Step 10: Finish the bed with soil
We started this stage by removing gravel where it was higher than the outlet, making sure with a spirit level that it was level throughout the bed.

Next we put a layer of weed mat on top.  The idea is that this will act as a filter, so soil particles will not enter the water reservoir.

We placed a 30-centimetre long stick above the weed mat (see photo below), so we would always know how high the soil layer above the weed mat was.  This is important, as moisture may not reach ground level if the soil layer is deeper (see 'disadvantages'  section of this blog post).

Next we put a 10 centimetre layer of sugar cane mulch on top. This is not essential, but once again it acts as a filter between soil and water reservoir. The thick layer will compress and over time turn into soil. You could have a layer of sand instead, or just soil.

Now it was time for the top soil layer.  We took good soil from our garden and mixed it thoroughly with sand, coir, sheep poo and sugar cane mulch, to create a soil mixture that would be fertile, yet not dense.

Here is the situation after adding some of the soil:

When the soil level was up to the top of the stick, I cut off the plastic around the perimeter just above soil height.  Here is the end result:

Some additional comments

Put a cap on the the water inlet
It is a good idea to find a cap for the water inlet (we used a jar), so insects etc. can not enter the water reservoir.

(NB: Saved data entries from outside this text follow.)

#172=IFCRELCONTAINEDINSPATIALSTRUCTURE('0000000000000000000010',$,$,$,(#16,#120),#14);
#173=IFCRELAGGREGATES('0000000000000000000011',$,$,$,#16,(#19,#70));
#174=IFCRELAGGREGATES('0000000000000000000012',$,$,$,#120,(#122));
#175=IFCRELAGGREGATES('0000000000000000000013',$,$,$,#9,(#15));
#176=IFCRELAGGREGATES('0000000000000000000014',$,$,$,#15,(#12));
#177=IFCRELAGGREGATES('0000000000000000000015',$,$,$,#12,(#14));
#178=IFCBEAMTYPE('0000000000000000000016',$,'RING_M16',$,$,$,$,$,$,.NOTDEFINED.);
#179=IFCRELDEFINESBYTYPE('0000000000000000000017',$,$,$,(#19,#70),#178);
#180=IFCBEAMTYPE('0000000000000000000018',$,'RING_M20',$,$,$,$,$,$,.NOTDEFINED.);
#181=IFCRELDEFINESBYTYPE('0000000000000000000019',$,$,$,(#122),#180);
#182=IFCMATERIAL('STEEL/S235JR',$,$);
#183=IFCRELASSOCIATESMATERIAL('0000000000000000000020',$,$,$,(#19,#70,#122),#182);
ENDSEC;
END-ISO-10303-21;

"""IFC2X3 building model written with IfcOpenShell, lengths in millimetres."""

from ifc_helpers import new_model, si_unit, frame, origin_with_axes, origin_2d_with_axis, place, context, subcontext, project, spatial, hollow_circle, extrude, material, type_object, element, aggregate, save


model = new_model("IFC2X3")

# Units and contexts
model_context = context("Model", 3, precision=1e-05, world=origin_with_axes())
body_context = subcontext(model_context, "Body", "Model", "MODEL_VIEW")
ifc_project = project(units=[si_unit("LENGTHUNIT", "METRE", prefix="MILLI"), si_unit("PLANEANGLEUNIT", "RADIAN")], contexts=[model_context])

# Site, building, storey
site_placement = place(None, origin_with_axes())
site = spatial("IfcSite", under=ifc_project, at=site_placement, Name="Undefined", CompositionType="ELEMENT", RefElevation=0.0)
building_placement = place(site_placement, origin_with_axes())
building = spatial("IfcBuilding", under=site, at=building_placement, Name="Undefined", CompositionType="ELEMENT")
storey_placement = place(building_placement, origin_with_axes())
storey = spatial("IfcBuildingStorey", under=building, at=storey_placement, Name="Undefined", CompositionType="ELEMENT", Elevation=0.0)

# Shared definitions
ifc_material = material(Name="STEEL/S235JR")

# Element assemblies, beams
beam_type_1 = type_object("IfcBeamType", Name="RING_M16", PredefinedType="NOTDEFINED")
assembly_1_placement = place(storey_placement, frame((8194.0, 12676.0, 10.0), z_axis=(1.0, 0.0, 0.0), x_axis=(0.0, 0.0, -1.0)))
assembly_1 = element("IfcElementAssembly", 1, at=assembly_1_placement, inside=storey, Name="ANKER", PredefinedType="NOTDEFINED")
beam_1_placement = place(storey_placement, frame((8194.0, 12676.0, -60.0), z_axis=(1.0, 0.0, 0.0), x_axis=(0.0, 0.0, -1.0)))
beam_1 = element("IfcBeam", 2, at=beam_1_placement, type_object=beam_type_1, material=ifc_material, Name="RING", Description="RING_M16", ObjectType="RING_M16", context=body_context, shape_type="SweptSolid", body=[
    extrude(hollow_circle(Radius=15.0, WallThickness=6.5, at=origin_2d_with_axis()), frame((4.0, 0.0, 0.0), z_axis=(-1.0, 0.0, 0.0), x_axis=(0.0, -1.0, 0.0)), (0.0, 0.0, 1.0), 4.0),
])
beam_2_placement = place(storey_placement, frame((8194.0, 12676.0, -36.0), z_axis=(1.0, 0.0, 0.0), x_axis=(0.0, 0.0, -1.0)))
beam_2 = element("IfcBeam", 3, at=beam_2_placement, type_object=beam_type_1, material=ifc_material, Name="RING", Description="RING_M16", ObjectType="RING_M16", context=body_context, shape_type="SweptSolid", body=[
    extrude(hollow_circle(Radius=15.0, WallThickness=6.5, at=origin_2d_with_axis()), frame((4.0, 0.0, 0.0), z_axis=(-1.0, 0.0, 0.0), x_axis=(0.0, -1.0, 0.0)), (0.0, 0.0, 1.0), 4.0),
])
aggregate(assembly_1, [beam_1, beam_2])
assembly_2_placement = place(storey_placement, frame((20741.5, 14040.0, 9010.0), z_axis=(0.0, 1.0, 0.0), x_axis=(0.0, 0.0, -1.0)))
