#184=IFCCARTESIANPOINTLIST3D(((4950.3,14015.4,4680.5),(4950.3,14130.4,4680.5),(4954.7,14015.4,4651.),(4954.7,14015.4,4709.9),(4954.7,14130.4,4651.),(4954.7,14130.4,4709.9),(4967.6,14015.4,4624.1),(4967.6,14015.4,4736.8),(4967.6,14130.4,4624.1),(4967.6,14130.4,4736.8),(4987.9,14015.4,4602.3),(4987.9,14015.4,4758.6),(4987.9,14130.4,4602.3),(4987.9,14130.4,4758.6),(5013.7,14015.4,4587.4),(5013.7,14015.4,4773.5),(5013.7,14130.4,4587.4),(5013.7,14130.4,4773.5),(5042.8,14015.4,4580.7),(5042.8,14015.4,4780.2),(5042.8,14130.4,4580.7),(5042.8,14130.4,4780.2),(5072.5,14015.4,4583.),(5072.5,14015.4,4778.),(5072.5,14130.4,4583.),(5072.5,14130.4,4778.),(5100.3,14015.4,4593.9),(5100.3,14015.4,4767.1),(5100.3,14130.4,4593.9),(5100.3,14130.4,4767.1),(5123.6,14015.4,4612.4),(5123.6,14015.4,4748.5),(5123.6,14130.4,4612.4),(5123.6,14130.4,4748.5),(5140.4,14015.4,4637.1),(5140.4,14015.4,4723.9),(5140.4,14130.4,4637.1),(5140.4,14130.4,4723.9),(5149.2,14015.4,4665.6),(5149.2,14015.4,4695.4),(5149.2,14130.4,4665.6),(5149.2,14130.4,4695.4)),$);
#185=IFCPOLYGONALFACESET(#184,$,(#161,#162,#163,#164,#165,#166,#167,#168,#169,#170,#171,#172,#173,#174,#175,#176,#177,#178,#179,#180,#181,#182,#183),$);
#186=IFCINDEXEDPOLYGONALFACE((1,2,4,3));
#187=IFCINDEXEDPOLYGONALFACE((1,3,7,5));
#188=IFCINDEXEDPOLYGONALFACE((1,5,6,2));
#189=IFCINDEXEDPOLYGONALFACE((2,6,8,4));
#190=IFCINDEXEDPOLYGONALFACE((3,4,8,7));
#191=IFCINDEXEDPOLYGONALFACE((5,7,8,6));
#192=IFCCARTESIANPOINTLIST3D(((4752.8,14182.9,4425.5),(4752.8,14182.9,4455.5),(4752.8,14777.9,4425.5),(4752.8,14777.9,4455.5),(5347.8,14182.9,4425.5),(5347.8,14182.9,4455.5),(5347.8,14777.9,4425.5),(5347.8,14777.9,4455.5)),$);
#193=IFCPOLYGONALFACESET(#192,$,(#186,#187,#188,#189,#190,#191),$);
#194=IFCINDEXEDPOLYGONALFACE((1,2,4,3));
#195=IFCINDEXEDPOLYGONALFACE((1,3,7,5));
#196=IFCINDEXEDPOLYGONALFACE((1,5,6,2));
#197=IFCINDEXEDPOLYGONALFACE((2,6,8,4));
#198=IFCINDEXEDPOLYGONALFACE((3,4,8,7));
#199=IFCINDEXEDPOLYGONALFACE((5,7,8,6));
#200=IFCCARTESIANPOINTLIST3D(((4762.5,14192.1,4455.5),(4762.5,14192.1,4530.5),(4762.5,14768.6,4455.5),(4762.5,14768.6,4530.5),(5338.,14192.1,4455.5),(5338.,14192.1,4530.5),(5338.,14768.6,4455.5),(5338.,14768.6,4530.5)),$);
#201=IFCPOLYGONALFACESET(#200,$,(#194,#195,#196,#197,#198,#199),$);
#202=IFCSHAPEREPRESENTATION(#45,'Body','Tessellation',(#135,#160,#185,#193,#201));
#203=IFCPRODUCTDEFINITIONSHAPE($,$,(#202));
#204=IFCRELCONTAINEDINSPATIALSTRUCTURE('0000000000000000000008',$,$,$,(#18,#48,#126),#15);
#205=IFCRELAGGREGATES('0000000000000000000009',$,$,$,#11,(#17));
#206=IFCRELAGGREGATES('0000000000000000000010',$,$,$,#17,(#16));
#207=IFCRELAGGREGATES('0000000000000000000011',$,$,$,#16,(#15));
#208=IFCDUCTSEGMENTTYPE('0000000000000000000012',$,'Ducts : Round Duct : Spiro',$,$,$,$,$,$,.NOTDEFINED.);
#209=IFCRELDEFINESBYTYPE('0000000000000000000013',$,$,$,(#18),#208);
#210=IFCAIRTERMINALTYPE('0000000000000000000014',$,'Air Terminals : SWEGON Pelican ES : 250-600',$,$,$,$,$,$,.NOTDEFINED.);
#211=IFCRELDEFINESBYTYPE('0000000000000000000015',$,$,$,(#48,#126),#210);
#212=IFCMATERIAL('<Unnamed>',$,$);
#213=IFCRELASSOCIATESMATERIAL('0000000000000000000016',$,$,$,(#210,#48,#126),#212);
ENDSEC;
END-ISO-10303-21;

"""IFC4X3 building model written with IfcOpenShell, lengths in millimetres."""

If you would use a non-porous durable box with a bottom
If instead of a galvanised garden bed without bottom you would be able to source a non-porous durable box with bottom, making a wicking bed would be easier.  You would not have to use carpet as explained in Step 3, and not need to do Step 4, because you would not need the plastic layer to make the reservoir.

If your wicking bed would be small
You could leave out the ag-pipe coiled in the base (Step 5), because water will spread over the entire reservoir without a problem.  You can use polystyrene or wooden boxes if they are deep enough to allow for a 20 centimetre soil layer and a reasonable size reservoir.

Some designs add an outlet at the bottom of the reservoir
There are designs by garden professionals that include an outlet at the bottom of the reservoir.  This would allow you to completely drain the reservoir of all water. This might be useful in warm climates where bacteria might enter the water reservoir.

The last word on wicking beds has not been said
Modern wicking beds are a relatively young technology.  Some designers have reported that their design did not work in extreme weather conditions.  Better still, some designers then shared their improved designs that should cope with those conditions.  There is a wide variety of designs out there, and different people use different materials.  Our design is based on the following sources:
  • A great series of YouTube videos at Rob Bob Backyard Farming
  • Wicking bed workshop notes provided by Terra Perma (thank you, Tara)
  • Notes and advice provided by Food Garden Group member Tara

Our experiences with this design
I hope to report on this blog how our wicking bed performs this summer.

Happy Wicking,

Max Bee

1 comment:

  1. Great job Max - I've used all sorts of things to 'fill' the reservoir instead of buying eg. blue metal as you did - upturned plant pots, styrofoam boxes with holes punched in, rock bits, pretty much anything inert will do the job.